(Beginning of Data for processing)

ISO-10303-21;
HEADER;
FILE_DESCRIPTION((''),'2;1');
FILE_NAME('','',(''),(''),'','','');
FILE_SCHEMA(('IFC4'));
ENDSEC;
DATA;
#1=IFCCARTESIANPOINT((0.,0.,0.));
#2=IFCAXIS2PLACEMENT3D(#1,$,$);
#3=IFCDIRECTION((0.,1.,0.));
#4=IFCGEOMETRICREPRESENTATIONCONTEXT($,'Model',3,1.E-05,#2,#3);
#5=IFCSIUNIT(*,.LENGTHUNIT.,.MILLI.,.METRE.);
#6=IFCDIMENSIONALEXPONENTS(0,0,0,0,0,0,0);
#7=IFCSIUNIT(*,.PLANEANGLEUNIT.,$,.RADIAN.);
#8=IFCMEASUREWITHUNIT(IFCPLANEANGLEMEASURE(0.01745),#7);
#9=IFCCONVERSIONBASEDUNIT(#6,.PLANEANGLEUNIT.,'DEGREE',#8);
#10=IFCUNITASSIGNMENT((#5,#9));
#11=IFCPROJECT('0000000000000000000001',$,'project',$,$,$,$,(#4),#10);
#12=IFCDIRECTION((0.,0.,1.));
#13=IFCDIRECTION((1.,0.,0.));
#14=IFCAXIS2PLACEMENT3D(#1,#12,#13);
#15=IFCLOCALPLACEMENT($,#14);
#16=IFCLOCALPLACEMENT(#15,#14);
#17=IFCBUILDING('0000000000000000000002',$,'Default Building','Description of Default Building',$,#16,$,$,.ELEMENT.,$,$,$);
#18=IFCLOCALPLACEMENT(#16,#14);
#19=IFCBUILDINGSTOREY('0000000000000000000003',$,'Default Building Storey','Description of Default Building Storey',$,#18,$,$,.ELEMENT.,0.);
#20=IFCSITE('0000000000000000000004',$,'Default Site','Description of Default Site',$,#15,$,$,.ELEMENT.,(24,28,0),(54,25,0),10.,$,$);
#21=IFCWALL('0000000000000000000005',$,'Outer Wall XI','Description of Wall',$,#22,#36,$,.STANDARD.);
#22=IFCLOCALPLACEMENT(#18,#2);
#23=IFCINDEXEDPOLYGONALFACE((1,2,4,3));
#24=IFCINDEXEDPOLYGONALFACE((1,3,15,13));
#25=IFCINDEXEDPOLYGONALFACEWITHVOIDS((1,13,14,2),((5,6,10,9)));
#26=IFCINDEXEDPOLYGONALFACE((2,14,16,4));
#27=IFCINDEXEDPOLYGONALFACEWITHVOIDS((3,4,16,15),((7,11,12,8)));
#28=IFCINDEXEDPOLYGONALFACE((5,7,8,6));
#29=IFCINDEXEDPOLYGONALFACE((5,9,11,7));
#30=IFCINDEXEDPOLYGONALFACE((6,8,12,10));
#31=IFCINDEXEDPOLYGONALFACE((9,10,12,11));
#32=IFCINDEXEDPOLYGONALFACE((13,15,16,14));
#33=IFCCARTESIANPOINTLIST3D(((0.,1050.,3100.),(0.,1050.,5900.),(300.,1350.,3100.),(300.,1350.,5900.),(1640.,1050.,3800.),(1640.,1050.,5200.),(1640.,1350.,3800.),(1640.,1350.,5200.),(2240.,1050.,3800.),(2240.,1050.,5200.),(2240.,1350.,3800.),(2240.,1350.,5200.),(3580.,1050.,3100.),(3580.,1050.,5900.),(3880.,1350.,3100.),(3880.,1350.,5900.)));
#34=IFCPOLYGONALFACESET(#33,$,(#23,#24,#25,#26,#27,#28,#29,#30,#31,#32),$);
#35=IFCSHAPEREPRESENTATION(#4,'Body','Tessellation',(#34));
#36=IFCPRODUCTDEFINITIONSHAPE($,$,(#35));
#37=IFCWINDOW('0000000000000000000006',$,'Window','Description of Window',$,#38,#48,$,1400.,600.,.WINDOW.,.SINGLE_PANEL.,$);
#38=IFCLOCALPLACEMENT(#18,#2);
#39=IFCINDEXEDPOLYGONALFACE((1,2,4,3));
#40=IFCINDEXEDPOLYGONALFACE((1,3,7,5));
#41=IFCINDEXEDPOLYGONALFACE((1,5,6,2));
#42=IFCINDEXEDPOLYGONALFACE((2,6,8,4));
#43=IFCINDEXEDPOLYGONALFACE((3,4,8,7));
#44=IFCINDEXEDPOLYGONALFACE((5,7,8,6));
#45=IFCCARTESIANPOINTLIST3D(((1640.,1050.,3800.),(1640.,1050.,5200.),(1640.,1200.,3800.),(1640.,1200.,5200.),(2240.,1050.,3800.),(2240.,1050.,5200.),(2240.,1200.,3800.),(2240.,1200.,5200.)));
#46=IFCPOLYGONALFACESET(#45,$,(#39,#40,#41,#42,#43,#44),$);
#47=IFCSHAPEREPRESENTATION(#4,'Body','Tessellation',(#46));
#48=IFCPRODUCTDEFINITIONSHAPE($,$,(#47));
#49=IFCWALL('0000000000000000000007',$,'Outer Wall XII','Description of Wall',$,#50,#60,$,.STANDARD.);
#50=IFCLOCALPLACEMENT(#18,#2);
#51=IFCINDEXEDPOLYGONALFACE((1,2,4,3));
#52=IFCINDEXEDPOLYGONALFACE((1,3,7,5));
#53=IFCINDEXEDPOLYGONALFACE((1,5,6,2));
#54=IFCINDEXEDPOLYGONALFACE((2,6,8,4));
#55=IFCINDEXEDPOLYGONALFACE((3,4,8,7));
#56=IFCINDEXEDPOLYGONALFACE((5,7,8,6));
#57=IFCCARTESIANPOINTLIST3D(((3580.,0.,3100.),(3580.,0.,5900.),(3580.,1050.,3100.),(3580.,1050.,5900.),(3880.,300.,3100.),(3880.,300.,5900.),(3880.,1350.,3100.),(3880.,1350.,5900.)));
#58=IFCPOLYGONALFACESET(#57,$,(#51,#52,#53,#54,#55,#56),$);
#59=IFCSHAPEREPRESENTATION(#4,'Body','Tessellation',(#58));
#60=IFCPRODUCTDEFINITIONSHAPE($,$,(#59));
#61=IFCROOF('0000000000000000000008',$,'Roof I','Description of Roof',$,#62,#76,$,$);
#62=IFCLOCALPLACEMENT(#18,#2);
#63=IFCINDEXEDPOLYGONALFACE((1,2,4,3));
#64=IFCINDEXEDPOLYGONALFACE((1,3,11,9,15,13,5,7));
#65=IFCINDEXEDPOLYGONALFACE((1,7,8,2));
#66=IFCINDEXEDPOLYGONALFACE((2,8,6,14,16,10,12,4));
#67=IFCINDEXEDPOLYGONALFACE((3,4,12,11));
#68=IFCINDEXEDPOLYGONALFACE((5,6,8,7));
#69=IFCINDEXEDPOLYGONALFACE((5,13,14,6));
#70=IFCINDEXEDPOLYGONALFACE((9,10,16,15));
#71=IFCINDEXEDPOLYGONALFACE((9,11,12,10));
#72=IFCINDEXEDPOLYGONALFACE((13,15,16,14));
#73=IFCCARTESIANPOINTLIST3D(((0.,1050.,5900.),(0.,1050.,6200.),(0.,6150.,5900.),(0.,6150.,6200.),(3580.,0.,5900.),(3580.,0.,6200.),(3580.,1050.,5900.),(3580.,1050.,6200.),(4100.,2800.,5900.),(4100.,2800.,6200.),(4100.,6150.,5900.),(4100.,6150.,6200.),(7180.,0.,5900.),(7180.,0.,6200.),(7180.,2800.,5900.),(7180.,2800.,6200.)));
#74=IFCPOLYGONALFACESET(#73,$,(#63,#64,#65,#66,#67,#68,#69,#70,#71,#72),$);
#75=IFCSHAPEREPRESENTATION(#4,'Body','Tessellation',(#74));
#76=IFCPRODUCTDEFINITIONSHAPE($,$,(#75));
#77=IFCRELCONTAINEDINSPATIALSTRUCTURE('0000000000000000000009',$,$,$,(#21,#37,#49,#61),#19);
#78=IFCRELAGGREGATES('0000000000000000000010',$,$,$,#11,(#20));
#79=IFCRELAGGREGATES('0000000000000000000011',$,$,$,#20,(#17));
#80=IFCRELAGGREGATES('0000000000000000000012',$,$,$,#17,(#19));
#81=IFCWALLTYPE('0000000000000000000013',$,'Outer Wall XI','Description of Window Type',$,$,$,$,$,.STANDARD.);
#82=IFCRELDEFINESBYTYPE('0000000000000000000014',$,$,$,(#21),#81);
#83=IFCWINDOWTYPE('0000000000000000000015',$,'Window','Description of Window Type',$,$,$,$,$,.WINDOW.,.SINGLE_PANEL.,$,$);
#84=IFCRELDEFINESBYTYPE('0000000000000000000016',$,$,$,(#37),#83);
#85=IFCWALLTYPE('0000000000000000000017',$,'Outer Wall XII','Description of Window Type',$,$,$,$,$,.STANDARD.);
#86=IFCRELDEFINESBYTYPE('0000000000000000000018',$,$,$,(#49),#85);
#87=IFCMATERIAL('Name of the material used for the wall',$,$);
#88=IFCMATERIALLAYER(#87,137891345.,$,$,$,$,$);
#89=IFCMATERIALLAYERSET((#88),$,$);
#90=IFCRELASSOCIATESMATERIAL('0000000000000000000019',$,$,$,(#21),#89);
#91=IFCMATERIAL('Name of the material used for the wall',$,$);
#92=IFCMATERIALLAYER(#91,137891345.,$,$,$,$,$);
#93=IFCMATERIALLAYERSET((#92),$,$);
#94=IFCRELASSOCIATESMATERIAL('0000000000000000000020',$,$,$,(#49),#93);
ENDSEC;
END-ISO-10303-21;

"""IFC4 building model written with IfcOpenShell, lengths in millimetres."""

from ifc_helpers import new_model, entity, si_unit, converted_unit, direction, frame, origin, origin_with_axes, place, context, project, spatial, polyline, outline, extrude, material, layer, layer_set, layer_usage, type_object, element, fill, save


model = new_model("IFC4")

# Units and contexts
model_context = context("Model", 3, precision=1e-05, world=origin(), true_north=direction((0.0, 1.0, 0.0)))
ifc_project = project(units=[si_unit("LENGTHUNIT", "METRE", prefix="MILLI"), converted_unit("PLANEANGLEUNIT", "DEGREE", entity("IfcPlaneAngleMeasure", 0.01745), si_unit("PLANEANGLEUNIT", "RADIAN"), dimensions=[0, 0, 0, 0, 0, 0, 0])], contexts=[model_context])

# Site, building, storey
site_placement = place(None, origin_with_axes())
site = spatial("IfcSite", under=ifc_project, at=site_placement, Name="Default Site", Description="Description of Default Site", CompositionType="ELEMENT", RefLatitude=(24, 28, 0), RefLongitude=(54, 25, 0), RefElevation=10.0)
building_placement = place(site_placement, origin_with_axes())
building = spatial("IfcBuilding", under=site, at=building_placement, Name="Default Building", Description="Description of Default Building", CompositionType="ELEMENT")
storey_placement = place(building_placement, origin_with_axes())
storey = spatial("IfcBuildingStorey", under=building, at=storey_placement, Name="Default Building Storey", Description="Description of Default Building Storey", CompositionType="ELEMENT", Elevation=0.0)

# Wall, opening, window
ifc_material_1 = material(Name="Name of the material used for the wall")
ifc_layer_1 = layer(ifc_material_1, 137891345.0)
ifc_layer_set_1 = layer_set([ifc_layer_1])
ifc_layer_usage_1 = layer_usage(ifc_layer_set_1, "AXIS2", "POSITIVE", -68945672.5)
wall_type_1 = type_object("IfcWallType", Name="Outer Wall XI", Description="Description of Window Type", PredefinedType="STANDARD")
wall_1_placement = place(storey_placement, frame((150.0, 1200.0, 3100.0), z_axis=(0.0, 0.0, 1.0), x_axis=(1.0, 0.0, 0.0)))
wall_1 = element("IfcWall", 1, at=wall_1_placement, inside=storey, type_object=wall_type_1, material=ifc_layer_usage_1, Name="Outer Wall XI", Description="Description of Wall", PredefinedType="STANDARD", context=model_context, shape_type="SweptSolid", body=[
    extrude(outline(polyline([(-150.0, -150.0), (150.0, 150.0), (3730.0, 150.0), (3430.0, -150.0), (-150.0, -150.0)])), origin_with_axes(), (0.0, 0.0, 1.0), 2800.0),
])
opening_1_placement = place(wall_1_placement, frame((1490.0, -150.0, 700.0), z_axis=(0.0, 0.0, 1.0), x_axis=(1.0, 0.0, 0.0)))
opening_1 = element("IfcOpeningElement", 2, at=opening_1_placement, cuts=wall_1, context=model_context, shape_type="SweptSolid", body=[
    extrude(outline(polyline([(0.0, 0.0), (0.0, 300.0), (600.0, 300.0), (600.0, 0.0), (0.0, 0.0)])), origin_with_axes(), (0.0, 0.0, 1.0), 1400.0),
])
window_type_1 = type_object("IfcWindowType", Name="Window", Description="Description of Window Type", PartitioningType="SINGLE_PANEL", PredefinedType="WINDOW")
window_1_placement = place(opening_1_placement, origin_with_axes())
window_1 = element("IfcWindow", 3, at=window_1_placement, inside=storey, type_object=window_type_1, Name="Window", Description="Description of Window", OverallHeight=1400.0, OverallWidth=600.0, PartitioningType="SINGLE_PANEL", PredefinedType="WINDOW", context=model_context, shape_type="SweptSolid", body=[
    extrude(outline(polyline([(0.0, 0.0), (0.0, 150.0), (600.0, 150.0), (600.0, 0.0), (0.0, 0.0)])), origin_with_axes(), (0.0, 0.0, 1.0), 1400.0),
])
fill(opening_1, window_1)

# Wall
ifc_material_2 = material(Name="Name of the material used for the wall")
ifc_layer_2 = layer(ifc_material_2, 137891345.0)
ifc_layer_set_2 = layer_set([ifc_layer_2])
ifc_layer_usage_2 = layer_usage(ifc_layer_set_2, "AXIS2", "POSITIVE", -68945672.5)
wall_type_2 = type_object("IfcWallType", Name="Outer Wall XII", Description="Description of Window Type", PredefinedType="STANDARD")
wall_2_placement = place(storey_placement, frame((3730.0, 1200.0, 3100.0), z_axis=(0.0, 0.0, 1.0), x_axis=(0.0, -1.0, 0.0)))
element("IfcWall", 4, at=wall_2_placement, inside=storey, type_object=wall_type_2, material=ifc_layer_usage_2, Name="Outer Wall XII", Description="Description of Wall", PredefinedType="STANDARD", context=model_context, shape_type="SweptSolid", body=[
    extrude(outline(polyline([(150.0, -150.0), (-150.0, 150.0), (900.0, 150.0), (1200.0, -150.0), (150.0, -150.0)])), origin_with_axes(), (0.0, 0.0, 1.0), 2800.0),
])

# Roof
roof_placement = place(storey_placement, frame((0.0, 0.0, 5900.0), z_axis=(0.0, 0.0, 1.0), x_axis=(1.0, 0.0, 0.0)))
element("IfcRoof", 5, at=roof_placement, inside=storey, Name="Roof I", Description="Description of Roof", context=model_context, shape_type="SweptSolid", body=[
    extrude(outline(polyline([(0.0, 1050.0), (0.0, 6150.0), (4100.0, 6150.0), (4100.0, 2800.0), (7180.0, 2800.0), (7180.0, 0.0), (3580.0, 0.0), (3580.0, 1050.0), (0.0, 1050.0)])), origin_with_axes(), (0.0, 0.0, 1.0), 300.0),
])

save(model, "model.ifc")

(End of Data for processing)

*What is expected*. Line count for "Tessellation": state how many lines of the records contain it, and give only the number.

*Answer*. 4